Maßgeblich für die Beurteilung, ob das rechtens ist, ist folgende Überlegung:

Wenn ein "Testabo" automatisch ohne weiteres Zutun in ein kostenpflichtiges Dauerschuldverhältnis (Dauer-Abo) übergehen soll, so muss hierüber nicht nur in den "AGB", sondern auch auf der angebotsgestaltenden Webseite informiert werden, und zwar "in transparenter Form", d.h. sofort erkennbar. Eine April-April-Fußnote ganz unten auf der Webseite und in Kleinschrift wäre z.B. keine transparente Information über das kostenpflichtige Abo.

Bei Fernabsatzbestellungen von Zeitschriften im Internet gibt es leider kein Widerrufsrecht (das ist anders als bei Bestellungen am Telefon oder an der Haustür, dort gibt es auch für Zeitschriften ein Widerrufsrecht).

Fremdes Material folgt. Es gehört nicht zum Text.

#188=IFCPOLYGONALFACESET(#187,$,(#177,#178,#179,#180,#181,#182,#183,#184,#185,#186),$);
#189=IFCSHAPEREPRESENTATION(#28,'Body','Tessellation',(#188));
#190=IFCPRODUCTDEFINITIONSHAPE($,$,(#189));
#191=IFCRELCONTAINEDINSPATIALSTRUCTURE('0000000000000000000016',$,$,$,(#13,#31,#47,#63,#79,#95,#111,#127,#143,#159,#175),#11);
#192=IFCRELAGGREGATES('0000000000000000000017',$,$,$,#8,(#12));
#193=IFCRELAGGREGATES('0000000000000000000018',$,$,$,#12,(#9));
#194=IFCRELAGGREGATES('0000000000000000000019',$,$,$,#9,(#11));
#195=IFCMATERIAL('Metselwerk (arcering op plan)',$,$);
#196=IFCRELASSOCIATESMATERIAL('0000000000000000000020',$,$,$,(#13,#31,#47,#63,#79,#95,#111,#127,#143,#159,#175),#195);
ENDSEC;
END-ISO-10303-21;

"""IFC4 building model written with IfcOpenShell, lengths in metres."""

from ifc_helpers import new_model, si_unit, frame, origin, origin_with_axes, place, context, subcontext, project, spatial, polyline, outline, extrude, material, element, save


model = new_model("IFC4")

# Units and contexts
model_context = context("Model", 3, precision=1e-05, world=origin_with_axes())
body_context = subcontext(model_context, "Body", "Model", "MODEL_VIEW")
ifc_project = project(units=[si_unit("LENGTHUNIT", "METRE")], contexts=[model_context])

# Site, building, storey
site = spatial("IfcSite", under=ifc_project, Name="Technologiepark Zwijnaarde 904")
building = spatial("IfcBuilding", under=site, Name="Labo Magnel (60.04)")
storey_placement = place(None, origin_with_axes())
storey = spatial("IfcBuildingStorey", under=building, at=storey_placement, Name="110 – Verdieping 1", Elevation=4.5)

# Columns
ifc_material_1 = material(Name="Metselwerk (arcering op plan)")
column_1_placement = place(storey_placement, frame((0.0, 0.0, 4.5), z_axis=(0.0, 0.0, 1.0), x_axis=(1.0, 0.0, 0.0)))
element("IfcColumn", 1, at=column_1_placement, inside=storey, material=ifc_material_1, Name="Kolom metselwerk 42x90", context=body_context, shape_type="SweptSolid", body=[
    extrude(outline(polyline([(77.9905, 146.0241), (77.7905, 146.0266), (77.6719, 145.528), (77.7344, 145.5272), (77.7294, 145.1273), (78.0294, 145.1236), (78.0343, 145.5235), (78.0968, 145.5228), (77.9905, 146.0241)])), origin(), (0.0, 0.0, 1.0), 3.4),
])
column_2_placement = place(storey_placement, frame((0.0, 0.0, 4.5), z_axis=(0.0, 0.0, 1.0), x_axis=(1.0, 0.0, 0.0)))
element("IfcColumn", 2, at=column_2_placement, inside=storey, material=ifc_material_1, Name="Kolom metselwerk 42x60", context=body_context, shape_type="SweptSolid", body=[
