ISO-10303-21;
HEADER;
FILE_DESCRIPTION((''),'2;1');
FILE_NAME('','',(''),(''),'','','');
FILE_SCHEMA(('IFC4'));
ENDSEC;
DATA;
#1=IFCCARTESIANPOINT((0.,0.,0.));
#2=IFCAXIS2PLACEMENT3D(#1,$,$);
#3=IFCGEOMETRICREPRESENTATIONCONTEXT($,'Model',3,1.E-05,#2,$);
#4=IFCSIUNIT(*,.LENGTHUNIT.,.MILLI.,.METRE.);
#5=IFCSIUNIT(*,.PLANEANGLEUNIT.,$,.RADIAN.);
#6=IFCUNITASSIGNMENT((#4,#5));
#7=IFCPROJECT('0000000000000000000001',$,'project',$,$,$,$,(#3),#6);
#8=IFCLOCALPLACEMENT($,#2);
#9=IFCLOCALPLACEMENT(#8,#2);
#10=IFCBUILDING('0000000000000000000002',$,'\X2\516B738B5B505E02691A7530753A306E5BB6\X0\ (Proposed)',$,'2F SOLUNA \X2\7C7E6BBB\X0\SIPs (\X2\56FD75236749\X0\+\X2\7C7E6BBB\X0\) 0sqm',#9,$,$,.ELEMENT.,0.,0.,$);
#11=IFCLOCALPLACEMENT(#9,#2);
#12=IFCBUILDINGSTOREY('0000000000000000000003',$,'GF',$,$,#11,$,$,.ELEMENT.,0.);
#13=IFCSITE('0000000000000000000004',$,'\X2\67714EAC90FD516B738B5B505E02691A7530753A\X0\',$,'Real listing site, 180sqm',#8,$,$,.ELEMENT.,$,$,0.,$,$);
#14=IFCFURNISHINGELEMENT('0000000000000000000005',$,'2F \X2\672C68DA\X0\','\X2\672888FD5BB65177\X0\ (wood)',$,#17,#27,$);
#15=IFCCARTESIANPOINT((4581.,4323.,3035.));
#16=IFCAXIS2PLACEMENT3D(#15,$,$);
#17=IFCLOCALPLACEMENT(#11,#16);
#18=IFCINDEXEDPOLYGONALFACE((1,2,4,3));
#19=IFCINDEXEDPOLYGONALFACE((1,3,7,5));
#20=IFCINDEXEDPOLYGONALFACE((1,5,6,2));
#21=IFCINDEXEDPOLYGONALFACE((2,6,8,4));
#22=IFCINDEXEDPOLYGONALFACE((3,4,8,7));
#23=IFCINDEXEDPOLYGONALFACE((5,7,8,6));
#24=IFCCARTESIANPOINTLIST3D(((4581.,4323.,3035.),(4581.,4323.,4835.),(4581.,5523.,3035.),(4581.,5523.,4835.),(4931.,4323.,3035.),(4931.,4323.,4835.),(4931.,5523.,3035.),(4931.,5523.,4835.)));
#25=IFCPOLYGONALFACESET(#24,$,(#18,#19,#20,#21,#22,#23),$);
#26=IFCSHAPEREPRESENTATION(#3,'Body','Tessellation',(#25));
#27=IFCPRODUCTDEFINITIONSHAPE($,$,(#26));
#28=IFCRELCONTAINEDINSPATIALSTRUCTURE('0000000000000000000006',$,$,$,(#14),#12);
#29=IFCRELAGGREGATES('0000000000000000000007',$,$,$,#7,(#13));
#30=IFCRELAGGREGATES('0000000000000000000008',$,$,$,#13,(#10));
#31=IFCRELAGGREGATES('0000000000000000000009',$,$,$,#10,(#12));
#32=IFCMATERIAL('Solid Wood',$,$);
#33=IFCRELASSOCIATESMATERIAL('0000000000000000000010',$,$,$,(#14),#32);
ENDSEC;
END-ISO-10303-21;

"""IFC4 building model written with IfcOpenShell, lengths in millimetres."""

from ifc_helpers import new_model, si_unit, frame, frame_2d, origin, place, context, project, spatial, rectangle, extrude, material, element, save


model = new_model("IFC4")

# Units and contexts
model_context = context("Model", 3, precision=1e-05, world=origin())
ifc_project = project(units=[si_unit("LENGTHUNIT", "METRE", prefix="MILLI"), si_unit("PLANEANGLEUNIT", "RADIAN")], contexts=[model_context])

# Site, building, storey
site_placement = place(None, origin())
site = spatial("IfcSite", under=ifc_project, at=site_placement, Name="東京都八王子市椚田町", ObjectType="Real listing site, 180sqm", CompositionType="ELEMENT", RefElevation=0.0)
building_placement = place(site_placement, origin())
building = spatial("IfcBuilding", under=site, at=building_placement, Name="八王子市椚田町の家 (Proposed)", ObjectType="2F SOLUNA 籾殻SIPs (国産杉+籾殻) 0sqm", CompositionType="ELEMENT", ElevationOfRefHeight=0.0, ElevationOfTerrain=0.0)
storey_placement = place(building_placement, origin())
storey = spatial("IfcBuildingStorey", under=building, at=storey_placement, Name="GF", CompositionType="ELEMENT", Elevation=0.0)

# Shared definitions
ifc_material_1 = material(Name="Solid Wood")

# Furnishing element
furnishing_1_placement = place(storey_placement, frame((4581.0, 4323.0, 3035.0)))
element("IfcFurnishingElement", 1, at=furnishing_1_placement, inside=storey, material=ifc_material_1, Name="2F 本棚", Description="木製家具 (wood)", context=model_context, shape_type="SweptSolid", body=[
    extrude(rectangle(XDim=350.0, YDim=1200.0, at=frame_2d((175.0, 600.0))), frame((4581.0, 4323.0, 3035.0)), (0.0, 0.0, 1.0), 1800.0),
])

save(model, "model.ifc")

Ob das also "rechtens" ist, hängt im wesentlichen davon ab, was auf der Webseite steht, wo Du Dich angemeldet hast.


----------



## Nightwish08 (19 Januar 2010)

*AW: Auf Abo reingefallen!*



peter999 schrieb:


> Bist Du Dir sicher, dass Du keine Probe-Hefte wolltest? Das ganze liest sich irgenwie komisch!


 

Ja ich wollte die Hefte nicht. Die gane Situation ist ein bisschen verworren und ich blick bald selbst nicht mehr durch, aber ich schreibe die Wahrheit.
Wie gesagt ich war nur auf die Vergütung aus die iman bekommt wenn man das macht. Das war ein riesen Fehler das weiß ich jetzt, aber nun ist es nun mal so und hoffe das ich nicht teuer für den Fehler bezahlen muss.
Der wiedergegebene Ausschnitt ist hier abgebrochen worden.